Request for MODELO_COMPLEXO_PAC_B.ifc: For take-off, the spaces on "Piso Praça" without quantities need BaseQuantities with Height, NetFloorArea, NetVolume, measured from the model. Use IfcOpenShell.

First a look at what the model holds.

```python
import ifcopenshell
import ifcopenshell.util.element
import ifcopenshell.util.unit

model = ifcopenshell.open("MODELO_COMPLEXO_PAC_B.ifc")
print(model.schema)
for unit_type in ("LENGTHUNIT", "AREAUNIT", "VOLUMEUNIT"):
    print(unit_type, ifcopenshell.util.unit.calculate_unit_scale(model, unit_type))
storey = next(s for s in model.by_type("IfcBuildingStorey") if s.Name == "Piso Praça")
spaces = [e for e in ifcopenshell.util.element.get_decomposition(storey) if e.is_a("IfcSpace")]
for e in sorted(spaces, key=lambda e: e.id()):
    print(e.id(), e.is_a(), e.Name, list(ifcopenshell.util.element.get_psets(e, qtos_only=True)), sep=" | ")
```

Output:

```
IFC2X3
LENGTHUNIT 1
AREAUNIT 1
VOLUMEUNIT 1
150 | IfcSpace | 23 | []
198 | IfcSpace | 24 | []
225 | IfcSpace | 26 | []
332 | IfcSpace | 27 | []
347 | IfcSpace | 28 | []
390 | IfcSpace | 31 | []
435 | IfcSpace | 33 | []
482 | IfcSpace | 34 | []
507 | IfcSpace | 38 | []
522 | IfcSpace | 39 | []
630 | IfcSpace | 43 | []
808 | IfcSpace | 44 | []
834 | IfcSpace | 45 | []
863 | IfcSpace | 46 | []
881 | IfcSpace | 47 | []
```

```python
import ifcopenshell
import ifcopenshell.api.pset
import ifcopenshell.geom
import ifcopenshell.util.element
import ifcopenshell.util.shape
import ifcopenshell.util.unit

model = ifcopenshell.open("MODELO_COMPLEXO_PAC_B.ifc")
unit_scale = ifcopenshell.util.unit.calculate_unit_scale(model)
area_scale = ifcopenshell.util.unit.calculate_unit_scale(model, "AREAUNIT")
volume_scale = ifcopenshell.util.unit.calculate_unit_scale(model, "VOLUMEUNIT")
settings = ifcopenshell.geom.settings()

storey = next(s for s in model.by_type("IfcBuildingStorey") if s.Name == "Piso Praça")
spaces = [e for e in ifcopenshell.util.element.get_decomposition(storey) if e.is_a("IfcSpace")]

for e in sorted(spaces, key=lambda e: e.id()):
    if ifcopenshell.util.element.get_psets(e, qtos_only=True, should_inherit=False):
        continue
    # Geometry comes back in metres, in the element's own axes.
    shape = ifcopenshell.geom.create_shape(settings, e)
    values = {
        "Height": ifcopenshell.util.shape.get_z(shape.geometry) / unit_scale,
        "NetFloorArea": ifcopenshell.util.shape.get_footprint_area(shape.geometry) / area_scale,
        "NetVolume": ifcopenshell.util.shape.get_volume(shape.geometry) / volume_scale,
    }
    qto = ifcopenshell.api.pset.add_qto(model, product=e, name="BaseQuantities")
    ifcopenshell.api.pset.edit_qto(model, qto=qto, properties=values)
    print(e.id(), {k: round(v, 3) for k, v in values.items()})

model.write("MODELO_COMPLEXO_PAC_B_edited.ifc")
```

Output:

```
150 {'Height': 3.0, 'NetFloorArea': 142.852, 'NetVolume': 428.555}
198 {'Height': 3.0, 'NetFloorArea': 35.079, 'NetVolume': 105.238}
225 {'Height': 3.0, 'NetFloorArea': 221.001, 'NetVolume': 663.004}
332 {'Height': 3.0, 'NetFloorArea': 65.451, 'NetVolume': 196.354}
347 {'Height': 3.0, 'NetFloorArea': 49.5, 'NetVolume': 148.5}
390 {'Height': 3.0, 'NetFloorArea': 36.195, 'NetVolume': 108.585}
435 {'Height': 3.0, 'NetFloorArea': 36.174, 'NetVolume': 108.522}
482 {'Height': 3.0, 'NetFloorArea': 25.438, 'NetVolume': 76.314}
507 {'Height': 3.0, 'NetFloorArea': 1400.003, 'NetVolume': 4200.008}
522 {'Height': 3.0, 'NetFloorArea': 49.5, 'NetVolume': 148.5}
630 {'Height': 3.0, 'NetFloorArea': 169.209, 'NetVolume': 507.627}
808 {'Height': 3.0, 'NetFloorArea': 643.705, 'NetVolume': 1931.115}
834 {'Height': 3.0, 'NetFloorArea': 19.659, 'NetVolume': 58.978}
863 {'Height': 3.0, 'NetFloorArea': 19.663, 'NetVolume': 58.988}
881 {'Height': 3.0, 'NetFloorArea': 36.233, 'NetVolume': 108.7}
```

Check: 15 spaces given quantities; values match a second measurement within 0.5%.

Problem to solve: The response should reproduce every entry above exactly.

Reply to the task:
Request for MODELO_COMPLEXO_PAC_B.ifc: For take-off, the spaces on "Piso Praça" without quantities need BaseQuantities with Height, NetFloorArea, NetVolume, measured from the model. Use IfcOpenShell.

First a look at what the model holds.

```python
import ifcopenshell
import ifcopenshell.util.element
import ifcopenshell.util.unit

model = ifcopenshell.open("MODELO_COMPLEXO_PAC_B.ifc")
print(model.schema)
for unit_type in ("LENGTHUNIT", "AREAUNIT", "VOLUMEUNIT"):
    print(unit_type, ifcopenshell.util.unit.calculate_unit_scale(model, unit_type))
storey = next(s for s in model.by_type("IfcBuildingStorey") if s.Name == "Piso Praça")
spaces = [e for e in ifcopenshell.util.element.get_decomposition(storey) if e.is_a("IfcSpace")]
for e in sorted(spaces, key=lambda e: e.id()):
    print(e.id(), e.is_a(), e.Name, list(ifcopenshell.util.element.get_psets(e, qtos_only=True)), sep=" | ")
```

Output:

```
IFC2X3
LENGTHUNIT 1
AREAUNIT 1
VOLUMEUNIT 1
150 | IfcSpace | 23 | []
198 | IfcSpace | 24 | []
225 | IfcSpace | 26 | []
332 | IfcSpace | 27 | []
347 | IfcSpace | 28 | []
390 | IfcSpace | 31 | []
435 | IfcSpace | 33 | []
482 | IfcSpace | 34 | []
507 | IfcSpace | 38 | []
522 | IfcSpace | 39 | []
630 | IfcSpace | 43 | []
808 | IfcSpace | 44 | []
834 | IfcSpace | 45 | []
863 | IfcSpace | 46 | []
881 | IfcSpace | 47 | []
```

```python
import ifcopenshell
import ifcopenshell.api.pset
import ifcopenshell.geom
import ifcopenshell.util.element
import ifcopenshell.util.shape
import ifcopenshell.util.unit

model = ifcopenshell.open("MODELO_COMPLEXO_PAC_B.ifc")
unit_scale = ifcopenshell.util.unit.calculate_unit_scale(model)
area_scale = ifcopenshell.util.unit.calculate_unit_scale(model, "AREAUNIT")
volume_scale = ifcopenshell.util.unit.calculate_unit_scale(model, "VOLUMEUNIT")
settings = ifcopenshell.geom.settings()

storey = next(s for s in model.by_type("IfcBuildingStorey") if s.Name == "Piso Praça")
spaces = [e for e in ifcopenshell.util.element.get_decomposition(storey) if e.is_a("IfcSpace")]

for e in sorted(spaces, key=lambda e: e.id()):
    if ifcopenshell.util.element.get_psets(e, qtos_only=True, should_inherit=False):
        continue
    # Geometry comes back in metres, in the element's own axes.
    shape = ifcopenshell.geom.create_shape(settings, e)
    values = {
        "Height": ifcopenshell.util.shape.get_z(shape.geometry) / unit_scale,
        "NetFloorArea": ifcopenshell.util.shape.get_footprint_area(shape.geometry) / area_scale,
        "NetVolume": ifcopenshell.util.shape.get_volume(shape.geometry) / volume_scale,
    }
    qto = ifcopenshell.api.pset.add_qto(model, product=e, name="BaseQuantities")
    ifcopenshell.api.pset.edit_qto(model, qto=qto, properties=values)
    print(e.id(), {k: round(v, 3) for k, v in values.items()})

model.write("MODELO_COMPLEXO_PAC_B_edited.ifc")
```

Output:

```
150 {'Height': 3.0, 'NetFloorArea': 142.852, 'NetVolume': 428.555}
198 {'Height': 3.0, 'NetFloorArea': 35.079, 'NetVolume': 105.238}
225 {'Height': 3.0, 'NetFloorArea': 221.001, 'NetVolume': 663.004}
332 {'Height': 3.0, 'NetFloorArea': 65.451, 'NetVolume': 196.354}
347 {'Height': 3.0, 'NetFloorArea': 49.5, 'NetVolume': 148.5}
390 {'Height': 3.0, 'NetFloorArea': 36.195, 'NetVolume': 108.585}
435 {'Height': 3.0, 'NetFloorArea': 36.174, 'NetVolume': 108.522}
482 {'Height': 3.0, 'NetFloorArea': 25.438, 'NetVolume': 76.314}
507 {'Height': 3.0, 'NetFloorArea': 1400.003, 'NetVolume': 4200.008}
522 {'Height': 3.0, 'NetFloorArea': 49.5, 'NetVolume': 148.5}
630 {'Height': 3.0, 'NetFloorArea': 169.209, 'NetVolume': 507.627}
808 {'Height': 3.0, 'NetFloorArea': 643.705, 'NetVolume': 1931.115}
834 {'Height': 3.0, 'NetFloorArea': 19.659, 'NetVolume': 58.978}
863 {'Height': 3.0, 'NetFloorArea': 19.663, 'NetVolume': 58.988}
881 {'Height': 3.0, 'NetFloorArea': 36.233, 'NetVolume': 108.7}
```

Check: 15 spaces given quantities; values match a second measurement within 0.5%.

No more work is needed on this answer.